Dropped a few honkers today!! 1 Banded 6/10. Too young to fly when banded. Local bird. S/E Michigan.

posted using Outdoor Hub Campfire


----------



## Branta (Feb 6, 2002)

just got the COA back - apparently, the BBL didn't believe me. asked for jpegs of the band and duck when I submitted back in December.

numbers were light and the script about worn down on this old black duck.

had a good run at 16yrs! til it succumbed to (Hevi) Metal poisoning.


----------



## dankoustas (Sep 18, 2007)

Branta said:


> just got the COA back - apparently, the BBL didn't believe me. asked for jpegs of the band and duck when I submitted back in December.
> 
> numbers were light and the script about worn down on this old black duck.
> 
> had a good run at 16yrs! til it succumbed to (Hevi) Metal poisoning.


 Wow, that is one old bird. Congrats!!


----------



## Timber (Jan 1, 2009)

mintgreenwalleyemachine said:


> Here is the info on my bands this weekend:
> Goose: banded 7/2012 amiskan island st James bay.
> 
> Mallard banded 8/2010 girbralter mi.
> ...


Is that the band you and Freddy flipped on when we where hunting on the river last year?

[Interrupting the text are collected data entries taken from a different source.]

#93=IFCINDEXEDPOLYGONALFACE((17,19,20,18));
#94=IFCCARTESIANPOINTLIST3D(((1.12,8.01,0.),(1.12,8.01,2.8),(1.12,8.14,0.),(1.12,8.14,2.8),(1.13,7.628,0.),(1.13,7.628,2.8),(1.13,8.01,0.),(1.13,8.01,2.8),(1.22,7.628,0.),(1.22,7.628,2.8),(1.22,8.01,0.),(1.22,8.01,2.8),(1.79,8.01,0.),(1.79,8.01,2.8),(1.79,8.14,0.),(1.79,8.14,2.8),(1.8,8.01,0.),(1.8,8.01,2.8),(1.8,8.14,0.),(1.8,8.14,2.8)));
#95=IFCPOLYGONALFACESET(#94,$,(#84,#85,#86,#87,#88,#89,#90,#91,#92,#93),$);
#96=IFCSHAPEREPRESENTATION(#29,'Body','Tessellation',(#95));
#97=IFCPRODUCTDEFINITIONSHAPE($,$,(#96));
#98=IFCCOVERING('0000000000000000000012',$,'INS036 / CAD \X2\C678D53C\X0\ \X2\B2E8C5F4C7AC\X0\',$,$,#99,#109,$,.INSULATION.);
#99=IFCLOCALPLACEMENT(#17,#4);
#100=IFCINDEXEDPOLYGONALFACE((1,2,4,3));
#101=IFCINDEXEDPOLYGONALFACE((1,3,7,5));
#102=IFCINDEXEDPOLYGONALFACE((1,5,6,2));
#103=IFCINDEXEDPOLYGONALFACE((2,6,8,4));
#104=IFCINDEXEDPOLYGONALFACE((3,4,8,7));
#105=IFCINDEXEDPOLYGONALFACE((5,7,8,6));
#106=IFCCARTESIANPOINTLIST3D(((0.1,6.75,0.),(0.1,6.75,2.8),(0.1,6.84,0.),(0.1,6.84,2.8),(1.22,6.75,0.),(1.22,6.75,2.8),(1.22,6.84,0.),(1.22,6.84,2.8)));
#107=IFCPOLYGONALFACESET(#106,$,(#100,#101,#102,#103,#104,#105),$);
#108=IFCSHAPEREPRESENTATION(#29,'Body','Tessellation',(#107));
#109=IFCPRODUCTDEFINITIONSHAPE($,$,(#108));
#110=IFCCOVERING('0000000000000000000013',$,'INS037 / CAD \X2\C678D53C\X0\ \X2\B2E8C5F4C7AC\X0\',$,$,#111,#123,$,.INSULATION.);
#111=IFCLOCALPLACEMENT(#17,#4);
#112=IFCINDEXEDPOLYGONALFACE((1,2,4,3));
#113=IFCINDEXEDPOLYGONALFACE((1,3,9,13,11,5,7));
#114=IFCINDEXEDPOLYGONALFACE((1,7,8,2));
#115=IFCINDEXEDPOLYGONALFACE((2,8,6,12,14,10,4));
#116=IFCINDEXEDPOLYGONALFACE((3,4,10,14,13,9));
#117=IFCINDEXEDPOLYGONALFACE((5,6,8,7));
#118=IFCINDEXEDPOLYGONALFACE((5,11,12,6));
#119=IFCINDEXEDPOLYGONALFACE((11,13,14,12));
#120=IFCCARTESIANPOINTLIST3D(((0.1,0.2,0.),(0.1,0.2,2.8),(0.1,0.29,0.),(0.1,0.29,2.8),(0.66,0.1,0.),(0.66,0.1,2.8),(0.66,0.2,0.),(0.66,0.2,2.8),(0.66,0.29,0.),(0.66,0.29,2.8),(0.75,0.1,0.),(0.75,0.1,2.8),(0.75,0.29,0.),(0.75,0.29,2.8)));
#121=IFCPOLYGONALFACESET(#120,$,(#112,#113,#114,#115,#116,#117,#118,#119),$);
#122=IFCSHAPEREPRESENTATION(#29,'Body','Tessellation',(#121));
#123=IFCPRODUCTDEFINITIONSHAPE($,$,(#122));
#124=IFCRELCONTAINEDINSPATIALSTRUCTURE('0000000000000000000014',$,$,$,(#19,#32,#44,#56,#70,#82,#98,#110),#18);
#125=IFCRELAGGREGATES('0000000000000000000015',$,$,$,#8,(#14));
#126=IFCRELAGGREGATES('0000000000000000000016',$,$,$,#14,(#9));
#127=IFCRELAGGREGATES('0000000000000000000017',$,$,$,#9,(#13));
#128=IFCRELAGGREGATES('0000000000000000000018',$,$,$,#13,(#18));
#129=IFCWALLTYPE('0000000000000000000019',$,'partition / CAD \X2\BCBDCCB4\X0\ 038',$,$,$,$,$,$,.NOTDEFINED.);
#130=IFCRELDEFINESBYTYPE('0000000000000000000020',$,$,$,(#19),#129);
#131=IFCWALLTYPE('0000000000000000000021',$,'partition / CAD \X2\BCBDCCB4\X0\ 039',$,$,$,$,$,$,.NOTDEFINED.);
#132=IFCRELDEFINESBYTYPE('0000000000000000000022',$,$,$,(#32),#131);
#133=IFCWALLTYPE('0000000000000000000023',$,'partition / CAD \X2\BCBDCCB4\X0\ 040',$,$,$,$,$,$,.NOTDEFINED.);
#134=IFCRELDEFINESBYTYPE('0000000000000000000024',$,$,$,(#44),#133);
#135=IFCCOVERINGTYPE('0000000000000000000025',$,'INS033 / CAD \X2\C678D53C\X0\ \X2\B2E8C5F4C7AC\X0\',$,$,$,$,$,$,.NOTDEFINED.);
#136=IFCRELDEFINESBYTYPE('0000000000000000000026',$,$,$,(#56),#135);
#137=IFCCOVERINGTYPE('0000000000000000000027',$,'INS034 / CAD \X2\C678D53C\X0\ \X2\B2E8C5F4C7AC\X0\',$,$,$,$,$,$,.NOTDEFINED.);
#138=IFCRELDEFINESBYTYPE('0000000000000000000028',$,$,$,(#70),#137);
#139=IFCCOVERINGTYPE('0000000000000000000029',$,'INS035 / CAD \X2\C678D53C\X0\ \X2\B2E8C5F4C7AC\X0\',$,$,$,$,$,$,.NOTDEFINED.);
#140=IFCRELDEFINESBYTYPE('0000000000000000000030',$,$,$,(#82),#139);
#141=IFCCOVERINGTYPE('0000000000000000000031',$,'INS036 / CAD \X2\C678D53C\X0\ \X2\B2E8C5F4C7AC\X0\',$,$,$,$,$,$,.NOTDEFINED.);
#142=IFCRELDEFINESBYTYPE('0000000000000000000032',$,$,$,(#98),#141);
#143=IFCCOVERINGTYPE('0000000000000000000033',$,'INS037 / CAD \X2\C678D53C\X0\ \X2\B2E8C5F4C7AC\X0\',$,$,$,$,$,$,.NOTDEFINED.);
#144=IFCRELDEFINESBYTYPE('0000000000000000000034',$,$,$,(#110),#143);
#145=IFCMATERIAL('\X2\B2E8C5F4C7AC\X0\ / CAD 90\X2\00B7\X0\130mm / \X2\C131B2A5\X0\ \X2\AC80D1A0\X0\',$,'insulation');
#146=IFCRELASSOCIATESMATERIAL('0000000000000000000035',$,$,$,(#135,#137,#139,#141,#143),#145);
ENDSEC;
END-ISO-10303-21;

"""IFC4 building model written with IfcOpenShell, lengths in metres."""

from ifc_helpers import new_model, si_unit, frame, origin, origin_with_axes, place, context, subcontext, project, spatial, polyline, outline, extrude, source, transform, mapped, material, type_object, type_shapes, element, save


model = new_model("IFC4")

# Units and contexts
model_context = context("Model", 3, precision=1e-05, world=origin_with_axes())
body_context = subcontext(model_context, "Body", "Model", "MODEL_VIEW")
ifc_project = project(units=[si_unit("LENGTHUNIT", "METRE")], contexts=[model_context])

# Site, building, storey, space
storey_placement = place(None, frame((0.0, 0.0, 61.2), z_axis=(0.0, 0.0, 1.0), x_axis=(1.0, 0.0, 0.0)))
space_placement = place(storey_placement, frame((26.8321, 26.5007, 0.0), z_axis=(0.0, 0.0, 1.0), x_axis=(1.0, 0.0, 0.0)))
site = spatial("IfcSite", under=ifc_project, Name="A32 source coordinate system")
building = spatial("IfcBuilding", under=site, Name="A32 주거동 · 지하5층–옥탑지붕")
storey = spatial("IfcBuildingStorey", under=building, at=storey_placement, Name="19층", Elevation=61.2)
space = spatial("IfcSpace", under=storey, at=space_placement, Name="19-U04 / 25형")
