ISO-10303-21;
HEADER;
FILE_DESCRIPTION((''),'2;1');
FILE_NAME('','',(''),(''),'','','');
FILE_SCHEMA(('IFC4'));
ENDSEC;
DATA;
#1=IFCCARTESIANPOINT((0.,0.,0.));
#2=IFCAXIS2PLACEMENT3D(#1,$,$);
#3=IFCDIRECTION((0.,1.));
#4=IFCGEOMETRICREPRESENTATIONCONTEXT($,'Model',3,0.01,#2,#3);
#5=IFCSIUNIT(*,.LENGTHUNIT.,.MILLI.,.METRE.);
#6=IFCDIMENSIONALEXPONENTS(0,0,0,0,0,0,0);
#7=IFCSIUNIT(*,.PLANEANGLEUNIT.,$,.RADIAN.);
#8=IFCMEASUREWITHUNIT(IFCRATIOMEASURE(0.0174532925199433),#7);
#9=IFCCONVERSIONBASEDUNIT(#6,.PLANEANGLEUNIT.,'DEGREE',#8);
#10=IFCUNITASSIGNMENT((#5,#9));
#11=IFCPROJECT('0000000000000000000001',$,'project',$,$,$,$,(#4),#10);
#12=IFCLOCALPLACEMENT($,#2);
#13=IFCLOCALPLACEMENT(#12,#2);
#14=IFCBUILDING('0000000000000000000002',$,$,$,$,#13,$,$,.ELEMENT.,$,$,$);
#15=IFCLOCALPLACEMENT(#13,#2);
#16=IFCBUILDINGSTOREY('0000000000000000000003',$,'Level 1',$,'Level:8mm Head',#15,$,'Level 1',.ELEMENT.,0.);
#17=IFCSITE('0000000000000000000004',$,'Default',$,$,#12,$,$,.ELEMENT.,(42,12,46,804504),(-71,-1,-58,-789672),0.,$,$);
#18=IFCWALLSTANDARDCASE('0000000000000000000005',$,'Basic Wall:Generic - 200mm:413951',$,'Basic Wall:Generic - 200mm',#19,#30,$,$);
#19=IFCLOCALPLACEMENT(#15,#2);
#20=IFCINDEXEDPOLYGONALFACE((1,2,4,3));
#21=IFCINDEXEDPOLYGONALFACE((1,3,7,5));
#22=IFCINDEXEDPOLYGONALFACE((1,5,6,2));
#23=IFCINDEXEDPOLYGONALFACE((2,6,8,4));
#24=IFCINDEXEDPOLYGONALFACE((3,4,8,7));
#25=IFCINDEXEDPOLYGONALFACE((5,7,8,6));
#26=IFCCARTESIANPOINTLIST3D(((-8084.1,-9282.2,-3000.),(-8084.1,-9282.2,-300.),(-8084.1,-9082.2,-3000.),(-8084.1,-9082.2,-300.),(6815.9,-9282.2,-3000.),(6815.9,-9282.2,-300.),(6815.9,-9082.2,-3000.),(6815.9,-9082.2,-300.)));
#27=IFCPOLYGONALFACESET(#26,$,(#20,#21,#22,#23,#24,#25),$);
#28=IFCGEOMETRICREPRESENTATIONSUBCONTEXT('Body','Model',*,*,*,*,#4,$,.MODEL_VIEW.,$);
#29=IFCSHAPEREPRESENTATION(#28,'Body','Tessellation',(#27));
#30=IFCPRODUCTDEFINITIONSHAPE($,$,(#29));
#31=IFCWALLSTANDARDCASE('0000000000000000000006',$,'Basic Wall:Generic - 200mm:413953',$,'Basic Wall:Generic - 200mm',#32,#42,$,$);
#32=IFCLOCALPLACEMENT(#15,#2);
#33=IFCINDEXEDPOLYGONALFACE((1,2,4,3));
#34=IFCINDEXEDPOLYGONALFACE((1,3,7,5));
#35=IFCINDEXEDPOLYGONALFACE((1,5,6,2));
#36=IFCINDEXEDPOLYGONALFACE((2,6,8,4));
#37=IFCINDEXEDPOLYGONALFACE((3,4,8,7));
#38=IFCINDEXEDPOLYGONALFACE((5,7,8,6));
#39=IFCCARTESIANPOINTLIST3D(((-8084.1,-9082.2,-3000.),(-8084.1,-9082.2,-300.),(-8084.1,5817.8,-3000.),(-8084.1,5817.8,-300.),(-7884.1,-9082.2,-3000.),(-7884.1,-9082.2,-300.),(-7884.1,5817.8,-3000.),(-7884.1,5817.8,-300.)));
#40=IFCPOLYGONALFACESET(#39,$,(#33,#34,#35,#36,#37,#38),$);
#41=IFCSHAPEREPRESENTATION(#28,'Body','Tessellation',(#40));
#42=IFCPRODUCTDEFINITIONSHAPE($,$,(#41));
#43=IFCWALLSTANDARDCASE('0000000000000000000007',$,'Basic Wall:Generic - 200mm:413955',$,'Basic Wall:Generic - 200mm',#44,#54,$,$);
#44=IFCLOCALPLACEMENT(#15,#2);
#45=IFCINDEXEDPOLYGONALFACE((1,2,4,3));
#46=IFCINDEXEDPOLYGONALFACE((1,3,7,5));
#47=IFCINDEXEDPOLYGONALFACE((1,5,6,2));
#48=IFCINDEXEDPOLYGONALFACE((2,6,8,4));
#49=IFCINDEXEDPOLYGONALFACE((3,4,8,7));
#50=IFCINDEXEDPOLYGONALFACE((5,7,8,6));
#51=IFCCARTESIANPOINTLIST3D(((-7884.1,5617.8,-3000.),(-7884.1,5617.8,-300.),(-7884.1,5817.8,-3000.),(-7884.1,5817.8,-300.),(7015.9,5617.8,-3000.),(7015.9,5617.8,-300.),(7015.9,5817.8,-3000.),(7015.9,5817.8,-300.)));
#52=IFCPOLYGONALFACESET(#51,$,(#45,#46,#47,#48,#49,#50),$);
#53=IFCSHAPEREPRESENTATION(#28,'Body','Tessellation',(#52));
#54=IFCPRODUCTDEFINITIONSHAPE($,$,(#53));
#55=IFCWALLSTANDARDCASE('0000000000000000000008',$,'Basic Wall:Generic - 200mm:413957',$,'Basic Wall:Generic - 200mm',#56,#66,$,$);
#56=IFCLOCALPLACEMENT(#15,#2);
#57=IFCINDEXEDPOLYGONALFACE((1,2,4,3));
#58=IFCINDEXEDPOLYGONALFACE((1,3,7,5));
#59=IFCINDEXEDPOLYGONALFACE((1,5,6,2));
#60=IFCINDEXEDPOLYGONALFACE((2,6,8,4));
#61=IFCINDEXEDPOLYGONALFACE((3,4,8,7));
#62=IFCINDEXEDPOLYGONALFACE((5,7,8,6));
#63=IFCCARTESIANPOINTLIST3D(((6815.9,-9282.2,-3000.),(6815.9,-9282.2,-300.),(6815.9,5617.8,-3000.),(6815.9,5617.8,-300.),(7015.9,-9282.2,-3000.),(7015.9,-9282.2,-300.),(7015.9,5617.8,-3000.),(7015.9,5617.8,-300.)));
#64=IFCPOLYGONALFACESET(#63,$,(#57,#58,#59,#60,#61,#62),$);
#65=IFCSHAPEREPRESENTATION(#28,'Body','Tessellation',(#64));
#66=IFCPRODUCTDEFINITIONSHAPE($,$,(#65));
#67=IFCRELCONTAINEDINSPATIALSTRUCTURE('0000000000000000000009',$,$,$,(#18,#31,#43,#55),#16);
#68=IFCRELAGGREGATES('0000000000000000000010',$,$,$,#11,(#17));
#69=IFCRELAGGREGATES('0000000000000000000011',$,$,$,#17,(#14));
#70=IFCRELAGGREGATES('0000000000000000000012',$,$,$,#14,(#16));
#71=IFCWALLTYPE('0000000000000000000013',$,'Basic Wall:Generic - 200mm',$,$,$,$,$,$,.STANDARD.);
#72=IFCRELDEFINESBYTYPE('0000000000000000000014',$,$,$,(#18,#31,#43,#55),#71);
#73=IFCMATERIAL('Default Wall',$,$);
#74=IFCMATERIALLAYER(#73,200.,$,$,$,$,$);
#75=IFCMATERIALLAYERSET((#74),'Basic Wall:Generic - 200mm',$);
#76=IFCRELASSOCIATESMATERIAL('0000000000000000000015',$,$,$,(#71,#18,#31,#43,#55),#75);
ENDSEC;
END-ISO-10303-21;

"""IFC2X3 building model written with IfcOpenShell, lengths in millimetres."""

from ifc_helpers import new_model, entity, si_unit, converted_unit, direction, frame, frame_2d, origin, place, context, subcontext, project, spatial, polyline, rectangle, extrude, clip, bounded_halfspace, material, layer, layer_set, layer_usage, type_object, element, save


model = new_model("IFC2X3")

# Units and contexts
model_context = context("Model", 3, precision=0.01, world=origin(), true_north=direction((0.0, 1.0)))
body_context = subcontext(model_context, "Body", "Model", "MODEL_VIEW")
ifc_project = project(units=[si_unit("LENGTHUNIT", "METRE", prefix="MILLI"), converted_unit("PLANEANGLEUNIT", "DEGREE", entity("IfcRatioMeasure", 0.0174532925199433), si_unit("PLANEANGLEUNIT", "RADIAN"), dimensions=[0, 0, 0, 0, 0, 0, 0])], contexts=[model_context])

# Site, building, storey
site_placement = place(None, origin())
site = spatial("IfcSite", under=ifc_project, at=site_placement, Name="Default", CompositionType="ELEMENT", RefLatitude=(42, 12, 46, 804504), RefLongitude=(-71, -1, -58, -789672), RefElevation=0.0)
building_placement = place(site_placement, origin())
building = spatial("IfcBuilding", under=site, at=building_placement, CompositionType="ELEMENT")
storey_placement = place(building_placement, origin())
storey = spatial("IfcBuildingStorey", under=building, at=storey_placement, Name="Level 1", ObjectType="Level:8mm Head", LongName="Level 1", CompositionType="ELEMENT", Elevation=0.0)

# Walls
ifc_material = material(Name="Default Wall")
ifc_layer = layer(ifc_material, 200.0)
ifc_layer_set = layer_set([ifc_layer], Name="Basic Wall:Generic - 200mm")
ifc_layer_usage_1 = layer_usage(ifc_layer_set, "AXIS2", "NEGATIVE", 100.0)
wall_type = type_object("IfcWallType", Name="Basic Wall:Generic - 200mm", PredefinedType="STANDARD", material=ifc_layer_set)
wall_1_placement = place(storey_placement, frame((-8084.1, -9182.2, -3000.0)))
element("IfcWallStandardCase", 1, at=wall_1_placement, inside=storey, type_object=wall_type, material=ifc_layer_usage_1, Name="Basic Wall:Generic - 200mm:413951", ObjectType="Basic Wall:Generic - 200mm", context=body_context, shape_type="Clipping", body=[
    clip(extrude(rectangle(XDim=14900.0, YDim=200.0, at=frame_2d((7450.0, 0.0), x_axis=(-1.0, 0.0))), origin(), (0.0, 0.0, 1.0), 2700.0), bounded_halfspace(frame((0.0, -100.0, 2700.0), z_axis=(0.0, 0.0, -1.0), x_axis=(0.0, 1.0, 0.0)), True, frame((0.0, -100.0, 2700.0)), polyline([(0.0, 0.0), (14900.0, 0.0), (14900.0, 200.0), (200.0, 200.0), (0.0, 200.0), (0.0, 0.0)]))),
])
ifc_layer_usage_2 = layer_usage(ifc_layer_set, "AXIS2", "NEGATIVE", 100.0)
wall_2_placement = place(storey_placement, frame((-7984.1, 5817.8, -3000.0), z_axis=(0.0, 0.0, 1.0), x_axis=(0.0, -1.0, 0.0)))
element("IfcWallStandardCase", 2, at=wall_2_placement, inside=storey, type_object=wall_type, material=ifc_layer_usage_2, Name="Basic Wall:Generic - 200mm:413953", ObjectType="Basic Wall:Generic - 200mm", context=body_context, shape_type="Clipping", body=[
    clip(extrude(rectangle(XDim=14900.0, YDim=200.0, at=frame_2d((7450.0, 0.0), x_axis=(-1.0, 0.0))), origin(), (0.0, 0.0, 1.0), 2700.0), bounded_halfspace(frame((0.0, -100.0, 2700.0), z_axis=(0.0, 0.0, -1.0), x_axis=(-1.0, 0.0, 0.0)), True, frame((0.0, -100.0, 2700.0)), polyline([(0.0, 0.0), (14900.0, 0.0), (14900.0, 200.0), (200.0, 200.0), (0.0, 200.0), (0.0, 0.0)]))),
])
ifc_layer_usage_3 = layer_usage(ifc_layer_set, "AXIS2", "NEGATIVE", 100.0)
wall_3_placement = place(storey_placement, frame((7015.9, 5717.8, -3000.0), z_axis=(0.0, 0.0, 1.0), x_axis=(-1.0, 0.0, 0.0)))
element("IfcWallStandardCase", 3, at=wall_3_placement, inside=storey, type_object=wall_type, material=ifc_layer_usage_3, Name="Basic Wall:Generic - 200mm:413955", ObjectType="Basic Wall:Generic - 200mm", context=body_context, shape_type="Clipping", body=[
    clip(extrude(rectangle(XDim=14900.0, YDim=200.0, at=frame_2d((7450.0, 0.0), x_axis=(-1.0, 0.0))), origin(), (0.0, 0.0, 1.0), 2700.0), bounded_halfspace(frame((0.0, -100.0, 2700.0), z_axis=(0.0, 0.0, -1.0), x_axis=(0.0, -1.0, 0.0)), True, frame((0.0, -100.0, 2700.0)), polyline([(0.0, 0.0), (14900.0, 0.0), (14900.0, 200.0), (200.0, 200.0), (0.0, 200.0), (0.0, 0.0)]))),
])
ifc_layer_usage_4 = layer_usage(ifc_layer_set, "AXIS2", "NEGATIVE", 100.0)
wall_4_placement = place(storey_placement, frame((6915.9, -9282.2, -3000.0), z_axis=(0.0, 0.0, 1.0), x_axis=(0.0, 1.0, 0.0)))
element("IfcWallStandardCase", 4, at=wall_4_placement, inside=storey, type_object=wall_type, material=ifc_layer_usage_4, Name="Basic Wall:Generic - 200mm:413957", ObjectType="Basic Wall:Generic - 200mm", context=body_context, shape_type="Clipping", body=[
    clip(extrude(rectangle(XDim=14900.0, YDim=200.0, at=frame_2d((7450.0, 0.0), x_axis=(-1.0, 0.0))), origin(), (0.0, 0.0, 1.0), 2700.0), bounded_halfspace(frame((0.0, -100.0, 2700.0), z_axis=(0.0, 0.0, -1.0), x_axis=(1.0, 0.0, 0.0)), True, frame((0.0, -100.0, 2700.0)), polyline([(0.0, 0.0), (14900.0, 0.0), (14900.0, 200.0), (200.0, 200.0), (0.0, 200.0), (0.0, 0.0)]))),
])

save(model, "model.ifc")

Sent from my DROID RAZR using Ohub Campfire mobile app


----------



## Waz_51 (Jan 10, 2010)

My brother killed a goose in NP about 10 years ago...when he got the certificate back, it said it was banded in 1981 or earlier making it 20+ years old! It was a lesser Canadian but I can't remember where it was banded...to this day, I have never heard of a bird that old and none even close! I'll see if I can find the certificate


----------



## mintgreenwalleyemachine (Jan 18, 2005)

Timber said:


> Is that the band you and Freddy flipped on when we where hunting on the river last year?
> 
> Sent from my DROID RAZR using Ohub Campfire mobile app


Yea


"StinkFinger"


----------